Дворец насквозь пропитался подземной сыростью и холодом, однако всюду воздух был на удивление свеж и приятен, как будто естественную прогорклость разбавляли ароматными свечами или курильницами, а систему вентиляции всё же как-то продумали. Так и в комнате, небольшой, тёмной, зато уставленной светильниками на любой вкус — если зажечь все, то станет ясно, как днём, — пахло сладковатыми воскурениями — ощутимо, но ненавязчиво, а промозглый сквозняк разбавлялся чуть тлевшим камином. Вся мебель казалась громоздкой, старой и необъятной: если шкаф — то дотошно резной и способный вместить в себя пять человек, если кресло — то поношенное, широкое и съедающее того, кто решил почитать в нём книжку. Полки грубо сколоченные и угрожающе нависшие, люстра — тяжёлая, мрачная и, казалось, вытягивающая своим весом стрельчатой потолок вниз. Кровать, конечно же, с балдахином и ужасно тёмная; бархатные шторки полога накатывали массивными грязными волнами вниз и прятали за собой, как в клетке, невольников — тех, кто спал… Аллориум не мог не выделить им комнату с двуспальной кроватью, тогда как, выяснится потом, Деяну и Андрею достались отдельные постели; в этом проглядывала мрачная, издевательская шутка тени — дескать, я всё про вас знаю, и даже такие нюансы не забываются у нас в гостях…
В остальном комната как комната, со скромным набором тяжёлой мебели и похожая на всё, что они уже видели в этом замке. Без картин с осколками и откровенно разрисованных ваз не обошлось. Низенькая дверца вела во вполне себе современный санузел: туалет не хуже, чем у них в доме, только из тёмного фаянса, и такая же мрачная ванная. Из медных краников текла и тёплая, и холодная вода. Зеркала, оформленные в серые багетные рамы, были покрыты пылью и грязью. Остро не хватало оконного проёма — хотя бы крошечного, но источника естественного света и воздуха! Всюду ощущалось удушающее давление больших масс земли, но, Милан потом понял, скоро они к этому привыкнут.
Пока он разбирал сумки, Стефан подверг комнату кропотливому осмотру: залез во все углы и щели, простукал всю каменную кладку, передвинул все картины, кресла, даже чуточку — гигантский шкаф и разглядел всё, что скрывалось за ними.
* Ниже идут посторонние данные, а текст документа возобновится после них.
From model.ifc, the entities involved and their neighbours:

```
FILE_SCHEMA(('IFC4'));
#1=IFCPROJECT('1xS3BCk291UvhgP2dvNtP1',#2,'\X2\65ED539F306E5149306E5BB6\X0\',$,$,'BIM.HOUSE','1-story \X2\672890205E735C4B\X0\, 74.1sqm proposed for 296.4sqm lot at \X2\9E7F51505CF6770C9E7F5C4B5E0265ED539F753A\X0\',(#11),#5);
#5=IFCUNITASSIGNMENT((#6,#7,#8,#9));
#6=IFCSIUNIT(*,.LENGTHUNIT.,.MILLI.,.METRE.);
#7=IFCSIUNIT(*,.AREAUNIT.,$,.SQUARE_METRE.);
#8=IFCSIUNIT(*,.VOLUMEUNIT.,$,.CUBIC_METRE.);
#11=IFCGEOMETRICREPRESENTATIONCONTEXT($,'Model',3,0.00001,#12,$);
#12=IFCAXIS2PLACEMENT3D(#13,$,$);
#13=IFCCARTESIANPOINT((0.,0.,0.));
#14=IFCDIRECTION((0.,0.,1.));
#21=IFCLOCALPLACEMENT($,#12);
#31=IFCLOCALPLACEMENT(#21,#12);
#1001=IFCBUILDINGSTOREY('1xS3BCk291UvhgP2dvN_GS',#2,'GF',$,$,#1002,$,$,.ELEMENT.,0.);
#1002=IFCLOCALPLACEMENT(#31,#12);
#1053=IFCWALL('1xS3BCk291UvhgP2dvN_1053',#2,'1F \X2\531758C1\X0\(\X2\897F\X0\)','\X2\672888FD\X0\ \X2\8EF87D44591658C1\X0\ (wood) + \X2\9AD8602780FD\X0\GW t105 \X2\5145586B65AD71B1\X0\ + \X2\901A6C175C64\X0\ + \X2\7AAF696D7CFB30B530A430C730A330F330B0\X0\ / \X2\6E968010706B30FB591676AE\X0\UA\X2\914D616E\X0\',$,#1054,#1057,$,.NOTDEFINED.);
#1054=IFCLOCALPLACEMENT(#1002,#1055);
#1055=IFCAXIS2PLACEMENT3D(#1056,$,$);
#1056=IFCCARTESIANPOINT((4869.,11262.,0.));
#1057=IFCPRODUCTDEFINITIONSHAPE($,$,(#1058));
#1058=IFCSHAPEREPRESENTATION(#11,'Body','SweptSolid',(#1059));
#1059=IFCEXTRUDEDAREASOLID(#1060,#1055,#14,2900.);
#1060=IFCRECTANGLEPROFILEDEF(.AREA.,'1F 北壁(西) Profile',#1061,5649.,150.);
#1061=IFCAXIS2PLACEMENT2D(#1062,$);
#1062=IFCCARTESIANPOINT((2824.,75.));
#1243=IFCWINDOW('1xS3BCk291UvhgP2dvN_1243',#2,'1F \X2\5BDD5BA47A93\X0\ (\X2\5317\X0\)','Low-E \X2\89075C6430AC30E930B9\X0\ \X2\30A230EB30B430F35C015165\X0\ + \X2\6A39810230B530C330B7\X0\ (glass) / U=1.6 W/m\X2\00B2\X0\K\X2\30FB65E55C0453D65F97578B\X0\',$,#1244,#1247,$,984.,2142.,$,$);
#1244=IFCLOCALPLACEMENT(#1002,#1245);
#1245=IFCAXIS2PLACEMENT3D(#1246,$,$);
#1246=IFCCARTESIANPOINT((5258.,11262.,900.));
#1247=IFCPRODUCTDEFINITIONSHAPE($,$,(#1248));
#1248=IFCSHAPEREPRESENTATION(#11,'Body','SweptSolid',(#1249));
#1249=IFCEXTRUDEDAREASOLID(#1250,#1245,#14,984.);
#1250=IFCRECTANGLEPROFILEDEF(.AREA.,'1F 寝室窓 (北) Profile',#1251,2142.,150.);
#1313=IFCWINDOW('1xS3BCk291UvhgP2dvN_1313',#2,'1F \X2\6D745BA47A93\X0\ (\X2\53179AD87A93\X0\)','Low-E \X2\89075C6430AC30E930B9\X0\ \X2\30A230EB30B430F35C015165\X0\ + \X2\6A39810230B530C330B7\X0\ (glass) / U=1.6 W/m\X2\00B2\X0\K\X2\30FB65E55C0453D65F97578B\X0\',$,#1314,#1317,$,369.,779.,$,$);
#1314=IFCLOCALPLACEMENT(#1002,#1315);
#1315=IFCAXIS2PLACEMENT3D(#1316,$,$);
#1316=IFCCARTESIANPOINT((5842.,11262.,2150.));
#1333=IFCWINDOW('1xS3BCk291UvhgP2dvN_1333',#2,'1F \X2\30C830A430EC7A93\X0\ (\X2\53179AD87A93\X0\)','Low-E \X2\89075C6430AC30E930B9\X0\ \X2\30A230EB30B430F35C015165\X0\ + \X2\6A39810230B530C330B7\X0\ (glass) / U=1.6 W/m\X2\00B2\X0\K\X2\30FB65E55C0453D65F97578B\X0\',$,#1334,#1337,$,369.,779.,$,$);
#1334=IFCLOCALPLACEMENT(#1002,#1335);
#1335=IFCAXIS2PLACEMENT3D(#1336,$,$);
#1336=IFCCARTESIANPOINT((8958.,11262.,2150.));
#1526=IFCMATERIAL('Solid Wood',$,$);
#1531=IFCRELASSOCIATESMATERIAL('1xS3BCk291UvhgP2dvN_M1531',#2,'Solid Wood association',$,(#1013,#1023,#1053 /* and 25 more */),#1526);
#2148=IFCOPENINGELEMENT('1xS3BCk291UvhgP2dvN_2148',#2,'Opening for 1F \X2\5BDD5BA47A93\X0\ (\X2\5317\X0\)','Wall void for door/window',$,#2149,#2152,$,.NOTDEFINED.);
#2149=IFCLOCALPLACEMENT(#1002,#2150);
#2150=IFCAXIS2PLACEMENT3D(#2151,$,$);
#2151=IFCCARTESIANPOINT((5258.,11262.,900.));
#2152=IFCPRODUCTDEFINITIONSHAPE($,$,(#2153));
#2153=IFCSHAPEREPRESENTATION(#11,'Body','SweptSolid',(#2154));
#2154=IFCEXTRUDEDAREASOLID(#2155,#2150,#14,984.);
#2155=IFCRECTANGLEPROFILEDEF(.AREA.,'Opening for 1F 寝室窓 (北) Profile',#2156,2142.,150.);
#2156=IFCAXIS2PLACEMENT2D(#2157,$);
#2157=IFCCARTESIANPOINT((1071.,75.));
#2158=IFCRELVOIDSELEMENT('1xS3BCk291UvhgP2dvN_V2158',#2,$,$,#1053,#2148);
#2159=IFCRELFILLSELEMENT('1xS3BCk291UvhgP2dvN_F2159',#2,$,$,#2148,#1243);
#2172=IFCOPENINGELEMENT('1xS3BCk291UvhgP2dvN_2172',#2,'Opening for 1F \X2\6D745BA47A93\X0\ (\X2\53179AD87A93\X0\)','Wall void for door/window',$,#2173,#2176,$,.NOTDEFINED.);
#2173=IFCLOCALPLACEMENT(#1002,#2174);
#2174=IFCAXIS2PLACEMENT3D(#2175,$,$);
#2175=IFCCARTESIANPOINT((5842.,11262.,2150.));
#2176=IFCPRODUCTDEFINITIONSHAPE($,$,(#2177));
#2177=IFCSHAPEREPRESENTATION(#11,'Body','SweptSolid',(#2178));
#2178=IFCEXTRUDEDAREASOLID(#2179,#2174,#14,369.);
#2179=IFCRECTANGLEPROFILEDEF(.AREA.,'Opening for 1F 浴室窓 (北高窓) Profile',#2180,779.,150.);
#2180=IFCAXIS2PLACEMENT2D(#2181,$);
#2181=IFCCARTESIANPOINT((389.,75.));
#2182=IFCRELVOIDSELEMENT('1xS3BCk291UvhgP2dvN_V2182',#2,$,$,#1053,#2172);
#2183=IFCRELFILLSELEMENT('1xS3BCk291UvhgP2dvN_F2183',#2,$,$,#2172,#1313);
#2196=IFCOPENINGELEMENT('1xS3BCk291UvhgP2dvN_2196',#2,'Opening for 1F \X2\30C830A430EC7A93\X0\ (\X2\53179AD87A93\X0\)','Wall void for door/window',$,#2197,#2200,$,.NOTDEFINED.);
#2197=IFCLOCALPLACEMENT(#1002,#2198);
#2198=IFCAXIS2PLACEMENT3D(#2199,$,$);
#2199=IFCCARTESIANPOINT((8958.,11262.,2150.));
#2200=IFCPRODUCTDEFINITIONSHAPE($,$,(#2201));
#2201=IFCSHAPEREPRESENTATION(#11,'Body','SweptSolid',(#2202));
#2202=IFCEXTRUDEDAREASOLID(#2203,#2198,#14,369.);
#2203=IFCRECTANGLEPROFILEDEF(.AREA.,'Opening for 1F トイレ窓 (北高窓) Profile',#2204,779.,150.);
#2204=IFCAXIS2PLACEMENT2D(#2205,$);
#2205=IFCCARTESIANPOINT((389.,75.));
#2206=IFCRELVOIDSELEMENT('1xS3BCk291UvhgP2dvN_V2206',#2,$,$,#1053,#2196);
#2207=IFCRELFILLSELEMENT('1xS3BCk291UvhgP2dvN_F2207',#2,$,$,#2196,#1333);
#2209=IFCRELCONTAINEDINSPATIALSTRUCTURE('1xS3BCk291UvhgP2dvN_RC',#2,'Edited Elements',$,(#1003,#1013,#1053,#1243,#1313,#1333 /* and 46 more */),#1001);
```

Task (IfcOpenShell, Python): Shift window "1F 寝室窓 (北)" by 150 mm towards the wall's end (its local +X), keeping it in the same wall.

```python
import ifcopenshell
import ifcopenshell.api.geometry
import ifcopenshell.util.placement
import ifcopenshell.util.unit

model = ifcopenshell.open("model.ifc")
unit_scale = ifcopenshell.util.unit.calculate_unit_scale(model)

window = model.by_guid("1xS3BCk291UvhgP2dvN_1243")
opening = window.FillsVoids[0].RelatingOpeningElement
wall = opening.VoidsElements[0].RelatingBuildingElement

wall_matrix = ifcopenshell.util.placement.get_local_placement(wall.ObjectPlacement)
shift = wall_matrix[:3, 0] * 0.15 / unit_scale
before = ifcopenshell.util.placement.get_local_placement(window.ObjectPlacement)[:3, 3].copy()

# The window is not placed relative to its opening, so move both.
for product in (opening, window):
    matrix = ifcopenshell.util.placement.get_local_placement(product.ObjectPlacement)
    matrix[:3, 3] += shift
    ifcopenshell.api.geometry.edit_object_placement(model, product=product, matrix=matrix, is_si=False)

after = ifcopenshell.util.placement.get_local_placement(window.ObjectPlacement)[:3, 3]
print("window moved by", (after - before).round(3) + 0.0)

model.write("model_rev.ifc")
```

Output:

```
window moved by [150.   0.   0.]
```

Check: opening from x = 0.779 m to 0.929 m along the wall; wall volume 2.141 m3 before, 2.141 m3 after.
Ванной тоже пришлось не сладко: все баночки с гелями, мылом и кремами были вскрыты, осторожно вылиты и смыты. «Вдруг тени подсыпали нам что-нибудь в умывальные средства?» — объяснил потом Стефи. Однако все усилия он потратил впустую: ничего подозрительного в этих двух комнатах не нашлось. С виду — как будто и впрямь обыкновенное жилище, чуточку мрачное, неуютное, специфическое и всё же без тайников. Когда они встретились в коридоре через полчаса, как и было условлено, Стефан шёпотом предупредил:
— Всё равно соблюдайте осторожность! Пусть спящий хранит нож под подушкой… Андрей, ты заметил что-нибудь необычное в комнате? — теперь Андрей, вынужденный тащить бремя человека, способного разгадать иллюзию, невольно стал главным советником Стефана. Сам юноша, видно, не слишком горел этой затеей и уже наверняка жалел о своих способностях, но стойко выносил новую роль. На вопрос Стефи он помотал головой, и тогда они решили разойтись по комнатам: перекусить и потом по очереди отойти ко сну.
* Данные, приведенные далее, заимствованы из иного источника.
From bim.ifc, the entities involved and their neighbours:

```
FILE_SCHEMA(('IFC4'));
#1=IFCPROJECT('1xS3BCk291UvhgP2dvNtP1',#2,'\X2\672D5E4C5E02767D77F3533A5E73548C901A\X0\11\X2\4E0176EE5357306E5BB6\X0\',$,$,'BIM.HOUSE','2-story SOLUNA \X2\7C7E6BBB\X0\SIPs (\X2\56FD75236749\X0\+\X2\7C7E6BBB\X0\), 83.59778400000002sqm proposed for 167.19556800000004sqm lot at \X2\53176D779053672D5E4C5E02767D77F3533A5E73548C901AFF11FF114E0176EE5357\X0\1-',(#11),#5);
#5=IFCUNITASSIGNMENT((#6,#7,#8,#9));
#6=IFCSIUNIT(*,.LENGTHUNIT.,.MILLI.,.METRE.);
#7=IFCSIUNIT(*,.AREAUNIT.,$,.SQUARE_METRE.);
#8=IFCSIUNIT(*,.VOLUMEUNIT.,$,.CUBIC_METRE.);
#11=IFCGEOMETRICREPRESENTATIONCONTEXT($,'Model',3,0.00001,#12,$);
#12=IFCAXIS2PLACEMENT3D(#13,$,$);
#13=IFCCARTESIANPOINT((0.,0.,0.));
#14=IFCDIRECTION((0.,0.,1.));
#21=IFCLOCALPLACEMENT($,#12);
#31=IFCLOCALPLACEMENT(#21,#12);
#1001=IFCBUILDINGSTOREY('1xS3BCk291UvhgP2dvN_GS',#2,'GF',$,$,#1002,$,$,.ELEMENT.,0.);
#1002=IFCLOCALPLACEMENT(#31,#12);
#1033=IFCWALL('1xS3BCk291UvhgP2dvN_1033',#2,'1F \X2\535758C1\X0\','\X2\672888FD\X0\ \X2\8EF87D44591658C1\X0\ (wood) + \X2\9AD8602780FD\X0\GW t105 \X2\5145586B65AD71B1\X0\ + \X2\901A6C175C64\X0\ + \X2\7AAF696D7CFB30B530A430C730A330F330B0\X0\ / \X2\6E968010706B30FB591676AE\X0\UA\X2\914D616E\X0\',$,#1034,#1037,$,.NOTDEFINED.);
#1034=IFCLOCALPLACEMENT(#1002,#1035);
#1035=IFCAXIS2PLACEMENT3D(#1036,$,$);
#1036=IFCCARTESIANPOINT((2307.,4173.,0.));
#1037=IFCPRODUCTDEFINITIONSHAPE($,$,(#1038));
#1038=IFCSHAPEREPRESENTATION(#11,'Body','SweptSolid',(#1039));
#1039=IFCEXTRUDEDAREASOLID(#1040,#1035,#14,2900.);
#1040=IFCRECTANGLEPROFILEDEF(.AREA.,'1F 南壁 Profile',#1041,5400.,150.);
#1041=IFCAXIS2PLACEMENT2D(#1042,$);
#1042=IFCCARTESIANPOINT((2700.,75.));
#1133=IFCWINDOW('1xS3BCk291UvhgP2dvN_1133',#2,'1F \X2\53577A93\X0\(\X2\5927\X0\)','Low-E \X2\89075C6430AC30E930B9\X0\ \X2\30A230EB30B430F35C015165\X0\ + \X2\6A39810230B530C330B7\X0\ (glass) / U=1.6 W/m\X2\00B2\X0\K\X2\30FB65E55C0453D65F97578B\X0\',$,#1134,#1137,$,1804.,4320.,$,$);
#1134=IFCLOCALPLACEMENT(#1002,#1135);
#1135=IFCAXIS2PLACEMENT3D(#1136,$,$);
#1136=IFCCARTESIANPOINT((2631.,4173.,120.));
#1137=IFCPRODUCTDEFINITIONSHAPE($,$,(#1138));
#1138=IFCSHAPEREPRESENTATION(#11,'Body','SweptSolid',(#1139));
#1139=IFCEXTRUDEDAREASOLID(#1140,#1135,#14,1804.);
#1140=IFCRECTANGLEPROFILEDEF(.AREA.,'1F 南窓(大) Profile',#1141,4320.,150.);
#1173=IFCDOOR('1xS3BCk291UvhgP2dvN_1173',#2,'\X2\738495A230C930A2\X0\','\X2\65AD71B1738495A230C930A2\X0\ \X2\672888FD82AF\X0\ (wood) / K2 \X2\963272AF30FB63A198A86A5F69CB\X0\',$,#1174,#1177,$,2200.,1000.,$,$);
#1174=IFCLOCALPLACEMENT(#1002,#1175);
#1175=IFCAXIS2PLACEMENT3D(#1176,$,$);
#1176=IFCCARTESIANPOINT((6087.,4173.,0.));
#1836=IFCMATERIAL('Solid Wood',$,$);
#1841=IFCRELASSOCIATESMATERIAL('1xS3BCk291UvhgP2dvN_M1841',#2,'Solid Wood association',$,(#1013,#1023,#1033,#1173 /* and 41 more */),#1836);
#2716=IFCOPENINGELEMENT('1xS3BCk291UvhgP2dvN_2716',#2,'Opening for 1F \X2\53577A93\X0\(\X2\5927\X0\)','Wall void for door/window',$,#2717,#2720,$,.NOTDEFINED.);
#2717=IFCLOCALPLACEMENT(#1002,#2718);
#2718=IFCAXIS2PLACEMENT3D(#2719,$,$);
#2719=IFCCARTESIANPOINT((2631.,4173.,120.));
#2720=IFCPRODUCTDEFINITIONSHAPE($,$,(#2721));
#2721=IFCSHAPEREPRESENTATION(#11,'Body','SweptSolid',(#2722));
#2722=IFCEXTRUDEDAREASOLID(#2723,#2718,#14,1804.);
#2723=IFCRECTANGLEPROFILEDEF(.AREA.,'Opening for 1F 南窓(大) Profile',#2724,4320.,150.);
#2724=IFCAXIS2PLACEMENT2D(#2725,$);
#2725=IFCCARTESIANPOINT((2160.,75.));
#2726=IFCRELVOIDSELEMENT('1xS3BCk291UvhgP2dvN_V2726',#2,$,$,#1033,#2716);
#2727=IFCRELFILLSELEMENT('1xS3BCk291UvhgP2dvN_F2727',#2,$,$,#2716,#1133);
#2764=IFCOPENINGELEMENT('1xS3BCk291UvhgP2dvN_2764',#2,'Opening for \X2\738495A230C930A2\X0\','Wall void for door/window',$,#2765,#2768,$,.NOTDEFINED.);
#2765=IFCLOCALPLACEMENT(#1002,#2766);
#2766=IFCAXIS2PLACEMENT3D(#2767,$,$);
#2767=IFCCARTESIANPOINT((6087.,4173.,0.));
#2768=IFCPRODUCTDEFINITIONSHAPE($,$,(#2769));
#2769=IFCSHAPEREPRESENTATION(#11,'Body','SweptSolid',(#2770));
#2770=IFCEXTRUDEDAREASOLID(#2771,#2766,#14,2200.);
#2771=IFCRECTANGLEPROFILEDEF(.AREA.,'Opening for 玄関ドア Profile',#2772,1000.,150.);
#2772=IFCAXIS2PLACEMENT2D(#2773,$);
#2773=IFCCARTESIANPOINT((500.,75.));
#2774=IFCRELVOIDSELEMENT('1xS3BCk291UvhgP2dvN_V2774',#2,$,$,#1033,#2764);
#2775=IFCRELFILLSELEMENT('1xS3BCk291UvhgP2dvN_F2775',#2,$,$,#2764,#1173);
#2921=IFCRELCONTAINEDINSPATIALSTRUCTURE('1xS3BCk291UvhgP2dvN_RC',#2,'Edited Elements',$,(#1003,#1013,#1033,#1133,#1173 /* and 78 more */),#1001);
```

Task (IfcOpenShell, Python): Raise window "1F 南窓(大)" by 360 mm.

```python
import numpy as np
import ifcopenshell
import ifcopenshell.api.geometry
import ifcopenshell.util.placement
import ifcopenshell.util.unit

model = ifcopenshell.open("bim.ifc")
unit_scale = ifcopenshell.util.unit.calculate_unit_scale(model)

window = model.by_guid("1xS3BCk291UvhgP2dvN_1133")
opening = window.FillsVoids[0].RelatingOpeningElement
dz = 0.36 / unit_scale

shift = np.array([0.0, 0.0, dz])
# The window is not placed relative to its opening, so move both.
for product in (opening, window):
    matrix = ifcopenshell.util.placement.get_local_placement(product.ObjectPlacement)
    matrix[:3, 3] += shift
    ifcopenshell.api.geometry.edit_object_placement(model, product=product, matrix=matrix, is_si=False)

print(f"moved by {dz * unit_scale:+.3f} m")

model.write("bim-out.ifc")
```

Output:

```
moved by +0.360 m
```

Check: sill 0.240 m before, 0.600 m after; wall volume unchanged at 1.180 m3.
Милан предложил сторожить вторую часть ночи — ему было проще проснуться рано, чем не спать допоздна. Зато это с лёгкостью мог Стефан, поэтому в одиннадцать Милан уже лежал в кровати. Несмотря на волнение, новое место и бесконечный круговорот мыслей, заснул он быстро. Стефан, вернувший ему короткий, страстный поцелуй перед сном, успокоил и даже заставил поверить, будто вокруг них всё как прежде, они у себя дома, и только надуманное воздержание отделяет их от наслаждений, которым они готовы предаться…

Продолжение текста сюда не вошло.